Mentionnons trois scénarios qui peuvent causer problème :

• Comme tout service, un registre peut être temporairement indisponible. NPM n'échappe pas à cette règle. Si, par suite, cet incident correspond au moment où vous souhaitiez corriger un bug majeur, ou bien ajouter un second serveur, tant pis pour vous, il vous faudra prendre votre mal en patience.
• Si l'on prévoit que la durée de vie du code s'étendra sur plusieurs années, il est fort probable qu'une dépendance vienne à s'éteindre. Cela peut particulièrement être le cas d'un package ubuntu, dont soit l'adresse de registre changerait, soit la version ne serait plus délivrée. Lorsque cela advient, il devient nécessaire de réécrire tout un bout de l'application.
• Enfin, on pense garantir la permanence du code en mentionnant la version des dépendances à télécharger. Nous indiquons par exemple à npm de charger la version 4.17.13 d'express. Mais le propriétaire du dépôt possède encore la possibilité de modifier cette même version, ce qui lui ouvre la possibilité d'une attaque. En février 2022 par exemple, la modification des modules colors.js et fakers.js par leur concepteur mécontent a provoqué le blocage d'un bon millier d'applications d'internet. Là encore, cela empêche tout déploiement pendant un certain laps de temps ; il ne reste plus qu'à espérer que cela ne survienne pas à un moment critique.

Recommandation

À l'instar de différents articles, nous recommandons donc de maintenir une archive des dépendances. Pour les modules, il est bon de les placer directement à l'intérieur du dépôt git et d'enlever node_modules du .gitignore. Pour les dépendances logicielles, nous recommandons de se servir d'un docker registry.
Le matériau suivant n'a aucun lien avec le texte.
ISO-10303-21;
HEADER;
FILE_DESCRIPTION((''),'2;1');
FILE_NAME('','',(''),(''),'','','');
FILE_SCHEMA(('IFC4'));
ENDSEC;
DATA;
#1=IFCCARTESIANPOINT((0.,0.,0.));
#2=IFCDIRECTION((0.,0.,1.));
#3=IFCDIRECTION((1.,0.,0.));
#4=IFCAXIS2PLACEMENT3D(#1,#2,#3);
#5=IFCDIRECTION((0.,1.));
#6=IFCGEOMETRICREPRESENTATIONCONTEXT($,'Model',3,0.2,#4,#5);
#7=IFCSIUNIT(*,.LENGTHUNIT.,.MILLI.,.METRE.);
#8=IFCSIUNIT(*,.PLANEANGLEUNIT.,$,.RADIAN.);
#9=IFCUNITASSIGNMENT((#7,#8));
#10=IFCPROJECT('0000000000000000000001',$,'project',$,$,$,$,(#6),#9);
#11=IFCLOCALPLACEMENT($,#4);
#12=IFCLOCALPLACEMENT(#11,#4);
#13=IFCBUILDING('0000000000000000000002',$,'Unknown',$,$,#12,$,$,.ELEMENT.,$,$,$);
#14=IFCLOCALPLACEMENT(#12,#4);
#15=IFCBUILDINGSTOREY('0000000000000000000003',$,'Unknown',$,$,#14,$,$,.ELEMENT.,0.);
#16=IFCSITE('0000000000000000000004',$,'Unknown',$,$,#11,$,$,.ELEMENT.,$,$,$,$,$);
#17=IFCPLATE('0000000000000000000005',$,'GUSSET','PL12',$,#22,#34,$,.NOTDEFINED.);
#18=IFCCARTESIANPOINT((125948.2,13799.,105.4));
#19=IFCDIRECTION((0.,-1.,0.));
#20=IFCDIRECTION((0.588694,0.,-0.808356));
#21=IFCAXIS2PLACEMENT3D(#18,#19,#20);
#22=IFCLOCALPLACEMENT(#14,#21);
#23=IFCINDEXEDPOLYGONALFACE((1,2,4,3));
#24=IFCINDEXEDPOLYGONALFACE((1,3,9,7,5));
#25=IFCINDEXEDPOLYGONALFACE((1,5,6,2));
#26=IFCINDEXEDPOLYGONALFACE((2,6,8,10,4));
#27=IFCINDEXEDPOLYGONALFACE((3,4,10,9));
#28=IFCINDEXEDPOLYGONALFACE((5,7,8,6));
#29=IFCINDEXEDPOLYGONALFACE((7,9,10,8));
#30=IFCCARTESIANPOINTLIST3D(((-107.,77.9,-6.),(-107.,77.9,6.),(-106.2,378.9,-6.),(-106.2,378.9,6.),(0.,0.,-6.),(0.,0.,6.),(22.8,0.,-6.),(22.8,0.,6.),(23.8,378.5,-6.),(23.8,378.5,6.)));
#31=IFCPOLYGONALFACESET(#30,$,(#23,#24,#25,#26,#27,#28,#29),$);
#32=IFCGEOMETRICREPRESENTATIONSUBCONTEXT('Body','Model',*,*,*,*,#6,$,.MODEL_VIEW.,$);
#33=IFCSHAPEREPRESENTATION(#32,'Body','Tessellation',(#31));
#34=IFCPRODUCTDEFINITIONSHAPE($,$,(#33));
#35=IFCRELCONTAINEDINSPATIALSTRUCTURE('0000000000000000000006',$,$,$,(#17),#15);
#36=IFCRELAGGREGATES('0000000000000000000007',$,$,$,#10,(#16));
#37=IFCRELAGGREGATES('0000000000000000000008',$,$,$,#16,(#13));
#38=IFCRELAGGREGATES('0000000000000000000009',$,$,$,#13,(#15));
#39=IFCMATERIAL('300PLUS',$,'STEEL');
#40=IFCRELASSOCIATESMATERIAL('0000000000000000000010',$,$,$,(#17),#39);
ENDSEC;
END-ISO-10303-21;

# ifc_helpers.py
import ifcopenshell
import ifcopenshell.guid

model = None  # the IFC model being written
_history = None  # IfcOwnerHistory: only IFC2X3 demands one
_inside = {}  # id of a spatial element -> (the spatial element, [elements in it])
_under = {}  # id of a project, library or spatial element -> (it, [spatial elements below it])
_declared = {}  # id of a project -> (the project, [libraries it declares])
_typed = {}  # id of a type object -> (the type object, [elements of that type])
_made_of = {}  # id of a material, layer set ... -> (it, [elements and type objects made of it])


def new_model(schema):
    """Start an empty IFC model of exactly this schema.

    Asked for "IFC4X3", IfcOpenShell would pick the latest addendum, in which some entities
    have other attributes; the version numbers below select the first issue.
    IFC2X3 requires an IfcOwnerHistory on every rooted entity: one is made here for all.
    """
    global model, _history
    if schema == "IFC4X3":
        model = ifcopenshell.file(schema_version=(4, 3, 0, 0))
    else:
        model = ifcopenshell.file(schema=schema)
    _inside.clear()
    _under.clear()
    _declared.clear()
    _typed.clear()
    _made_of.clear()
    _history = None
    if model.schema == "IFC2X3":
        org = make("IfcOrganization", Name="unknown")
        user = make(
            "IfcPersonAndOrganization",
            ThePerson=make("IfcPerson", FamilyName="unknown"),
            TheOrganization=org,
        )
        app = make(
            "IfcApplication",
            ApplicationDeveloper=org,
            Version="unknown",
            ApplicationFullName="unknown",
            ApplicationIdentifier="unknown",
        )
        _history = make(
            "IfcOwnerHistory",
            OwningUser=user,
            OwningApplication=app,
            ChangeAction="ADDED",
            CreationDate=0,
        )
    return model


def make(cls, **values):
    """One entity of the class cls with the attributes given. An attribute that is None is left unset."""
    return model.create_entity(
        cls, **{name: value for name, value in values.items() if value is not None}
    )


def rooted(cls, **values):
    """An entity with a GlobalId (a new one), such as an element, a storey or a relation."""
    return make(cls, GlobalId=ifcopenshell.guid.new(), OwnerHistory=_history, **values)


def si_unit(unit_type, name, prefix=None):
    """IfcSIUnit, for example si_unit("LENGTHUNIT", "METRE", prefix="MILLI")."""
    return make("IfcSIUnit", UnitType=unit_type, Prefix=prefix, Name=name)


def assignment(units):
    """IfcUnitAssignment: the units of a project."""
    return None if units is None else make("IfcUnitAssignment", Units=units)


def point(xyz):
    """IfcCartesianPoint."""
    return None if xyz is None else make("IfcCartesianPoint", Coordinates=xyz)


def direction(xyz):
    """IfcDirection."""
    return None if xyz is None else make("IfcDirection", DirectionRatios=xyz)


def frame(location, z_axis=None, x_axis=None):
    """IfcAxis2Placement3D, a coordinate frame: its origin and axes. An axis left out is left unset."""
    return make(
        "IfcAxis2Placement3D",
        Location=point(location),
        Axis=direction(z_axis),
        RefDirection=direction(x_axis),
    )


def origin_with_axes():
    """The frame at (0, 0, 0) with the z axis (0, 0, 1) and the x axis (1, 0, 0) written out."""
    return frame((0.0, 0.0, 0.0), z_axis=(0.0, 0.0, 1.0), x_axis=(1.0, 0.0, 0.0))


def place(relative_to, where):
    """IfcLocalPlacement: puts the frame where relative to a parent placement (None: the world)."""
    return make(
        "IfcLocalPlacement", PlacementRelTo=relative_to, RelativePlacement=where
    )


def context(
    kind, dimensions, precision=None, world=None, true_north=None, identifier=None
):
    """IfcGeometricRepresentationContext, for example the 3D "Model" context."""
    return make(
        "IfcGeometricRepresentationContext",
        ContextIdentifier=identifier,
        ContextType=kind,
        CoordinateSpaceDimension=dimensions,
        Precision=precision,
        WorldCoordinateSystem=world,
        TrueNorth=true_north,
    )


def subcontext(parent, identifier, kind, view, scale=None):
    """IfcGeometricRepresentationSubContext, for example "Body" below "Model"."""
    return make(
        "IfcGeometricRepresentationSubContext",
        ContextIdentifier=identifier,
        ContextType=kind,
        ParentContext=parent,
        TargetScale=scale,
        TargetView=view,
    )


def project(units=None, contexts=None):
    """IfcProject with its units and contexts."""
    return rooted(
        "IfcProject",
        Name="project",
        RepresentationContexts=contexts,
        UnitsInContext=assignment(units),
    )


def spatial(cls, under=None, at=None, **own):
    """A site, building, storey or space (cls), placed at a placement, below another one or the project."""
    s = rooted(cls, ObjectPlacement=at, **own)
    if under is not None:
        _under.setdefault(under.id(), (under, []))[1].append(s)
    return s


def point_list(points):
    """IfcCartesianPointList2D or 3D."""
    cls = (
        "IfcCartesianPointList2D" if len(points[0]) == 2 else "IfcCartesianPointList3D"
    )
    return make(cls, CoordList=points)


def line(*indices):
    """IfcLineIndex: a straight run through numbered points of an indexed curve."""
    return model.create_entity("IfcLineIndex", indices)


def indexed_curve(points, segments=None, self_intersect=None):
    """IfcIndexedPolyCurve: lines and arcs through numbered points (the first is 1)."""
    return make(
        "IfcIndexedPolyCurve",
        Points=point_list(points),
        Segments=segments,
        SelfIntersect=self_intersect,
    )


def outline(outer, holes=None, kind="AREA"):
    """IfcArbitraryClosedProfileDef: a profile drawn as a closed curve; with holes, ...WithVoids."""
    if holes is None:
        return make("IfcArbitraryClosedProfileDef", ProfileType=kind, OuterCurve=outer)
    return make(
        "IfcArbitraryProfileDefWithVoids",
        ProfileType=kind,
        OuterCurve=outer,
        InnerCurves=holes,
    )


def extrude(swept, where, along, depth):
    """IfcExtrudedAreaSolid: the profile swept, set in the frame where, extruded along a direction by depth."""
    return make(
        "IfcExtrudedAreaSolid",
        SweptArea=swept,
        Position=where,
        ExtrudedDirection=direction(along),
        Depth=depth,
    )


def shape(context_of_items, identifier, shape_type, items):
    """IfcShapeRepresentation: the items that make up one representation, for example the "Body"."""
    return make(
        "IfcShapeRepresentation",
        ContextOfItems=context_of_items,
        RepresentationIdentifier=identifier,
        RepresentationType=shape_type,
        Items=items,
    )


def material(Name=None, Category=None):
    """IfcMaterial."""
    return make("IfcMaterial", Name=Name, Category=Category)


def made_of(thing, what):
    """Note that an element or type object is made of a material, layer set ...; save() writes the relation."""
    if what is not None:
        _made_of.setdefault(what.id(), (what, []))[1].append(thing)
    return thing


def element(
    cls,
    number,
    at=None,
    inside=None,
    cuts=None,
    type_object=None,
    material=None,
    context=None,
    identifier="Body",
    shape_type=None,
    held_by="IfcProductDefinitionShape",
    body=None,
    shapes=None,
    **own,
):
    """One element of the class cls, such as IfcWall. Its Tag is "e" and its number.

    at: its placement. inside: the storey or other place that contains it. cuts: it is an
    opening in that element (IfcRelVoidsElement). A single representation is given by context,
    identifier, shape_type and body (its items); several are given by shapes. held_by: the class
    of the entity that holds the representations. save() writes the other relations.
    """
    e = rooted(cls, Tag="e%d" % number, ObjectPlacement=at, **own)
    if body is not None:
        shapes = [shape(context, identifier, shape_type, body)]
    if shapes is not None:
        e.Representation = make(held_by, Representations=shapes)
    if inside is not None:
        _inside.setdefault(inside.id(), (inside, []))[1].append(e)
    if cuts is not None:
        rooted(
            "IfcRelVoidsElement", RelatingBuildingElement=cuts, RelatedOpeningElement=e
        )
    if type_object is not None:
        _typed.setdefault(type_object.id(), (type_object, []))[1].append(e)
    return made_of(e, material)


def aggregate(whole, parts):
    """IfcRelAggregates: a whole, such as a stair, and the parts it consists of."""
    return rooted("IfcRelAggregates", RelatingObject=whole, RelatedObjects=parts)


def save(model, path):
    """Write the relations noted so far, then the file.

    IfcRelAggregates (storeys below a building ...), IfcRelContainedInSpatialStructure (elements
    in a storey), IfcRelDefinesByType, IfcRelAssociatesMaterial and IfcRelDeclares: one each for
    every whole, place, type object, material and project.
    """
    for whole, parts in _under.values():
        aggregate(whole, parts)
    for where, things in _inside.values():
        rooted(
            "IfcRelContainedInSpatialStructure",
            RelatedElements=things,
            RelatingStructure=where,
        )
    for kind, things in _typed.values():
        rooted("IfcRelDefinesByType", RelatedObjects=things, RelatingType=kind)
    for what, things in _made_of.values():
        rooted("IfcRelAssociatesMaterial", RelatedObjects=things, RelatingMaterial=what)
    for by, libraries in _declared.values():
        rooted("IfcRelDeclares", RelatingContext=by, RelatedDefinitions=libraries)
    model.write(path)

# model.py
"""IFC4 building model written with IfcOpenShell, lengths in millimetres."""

from ifc_helpers import new_model, si_unit, direction, frame, origin_with_axes, place, context, subcontext, project, spatial, line, indexed_curve, outline, extrude, material, element, save


model = new_model("IFC4")

# Units and contexts
model_context = context("Model", 3, precision=0.2, world=origin_with_axes(), true_north=direction((0.0, 1.0)))
body_context = subcontext(model_context, "Body", "Model", "MODEL_VIEW")
ifc_project = project(units=[si_unit("LENGTHUNIT", "METRE", prefix="MILLI"), si_unit("PLANEANGLEUNIT", "RADIAN")], contexts=[model_context])

# Site, building, storey
site_placement = place(None, origin_with_axes())
site = spatial("IfcSite", under=ifc_project, at=site_placement, Name="Unknown", CompositionType="ELEMENT")
building_placement = place(site_placement, origin_with_axes())
building = spatial("IfcBuilding", under=site, at=building_placement, Name="Unknown", CompositionType="ELEMENT")
storey_placement = place(building_placement, origin_with_axes())
storey = spatial("IfcBuildingStorey", under=building, at=storey_placement, Name="Unknown", CompositionType="ELEMENT", Elevation=0.0)

# Shared definitions
ifc_material_1 = material(Name="300PLUS", Category="STEEL")

# Plate
plate_1_placement = place(storey_placement, frame((125948.2, 13799.0, 105.4), z_axis=(0.0, -1.0, 0.0), x_axis=(0.588694, 0.0, -0.808356)))
element("IfcPlate", 1, at=plate_1_placement, inside=storey, material=ifc_material_1, Name="GUSSET", Description="PL12", PredefinedType="NOTDEFINED", context=body_context, shape_type="SolidModel", body=[
    extrude(outline(indexed_curve([(0.0, 0.0), (22.8, 0.0), (23.8, 378.5), (-106.2, 378.9), (-107.0, 77.9)], segments=[line(1, 2, 3, 4, 5, 1)])), frame((0.0, 0.0, 6.0), z_axis=(0.0, 0.0, 1.0), x_axis=(1.0, 0.0, 0.0)), (0.0, 0.0, -1.0), 12.0),
])

save(model, "model.ifc")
Si la deuxième pratique est courante, la première l'est moins, car elle présente, à son tour, des inconvénients manifestes.

• Elle augmente la complexité du suivi du code source
• Elle oublie que parfois certains modules sont construits différemment selon l'environnement d'installation et que la portabilité d'un environnement à l'autre n'est pas toujours garantie.
• Surtout, dans les procès de développement moderne, git sert non seulement de logiciel de contrôle de version mais aussi, et même principalement, d'outil collaboratif. Son rôle est de permettre l'interaction entre les équipes, de faciliter la relecture du code, de visualiser la contribution des uns et des autres. Mettre dans un commit les milliers de ligne de code d'une dépendance rend alors illisible les modifications fonctionnelles apportées. Cela complexifie l'échange sur les codes et rompt avec les modes de travail en vigueur.

Le contrefort

Pour résoudre ce problème de façon pérenne, à la webcapsule, nous avons mis en place un cache automatisé des dépendances. Nous disposons d'un dépôt git parallèle au dépôt git originel. Pour chaque commit ajouté sur la branche de production du dépôt principal, nous nous chargeons d'enregistrer les dépendances aptes à faire tourner l'application dans notre dépôt miroir. Pour les modules, ils sont pleinement sauvegardés dans le dépôt git ; pour les dépendances, elles sont sauvegardées via la construction d'une image Docker, ensuite stockée dans un Docker Registry.

Cela permet aux développeurs de ne pas enregistrer leur dépendance directement à l'intérieur du dépôt git, tout en ayant la certitude de toujours pouvoir disposer, si besoin, de l'ensemble des dépendances dans un état fonctionnel.

Ainsi, sur notre exemple de départ, celle d'une application Node.js utilisant imageMagick, nous disposons d'une version du code source où la version d'express 4.17.13 est enregistrée et figée. Par ailleurs, nous stockons une image docker contenant la version d'imageMagick permettant d'exécuter l'application. À chaque instant, nous sommes donc capables de construire un environnement d'exécution fonctionnel de l'application, hermétique aux indisponibilités ou aux modifications indues des dépendances.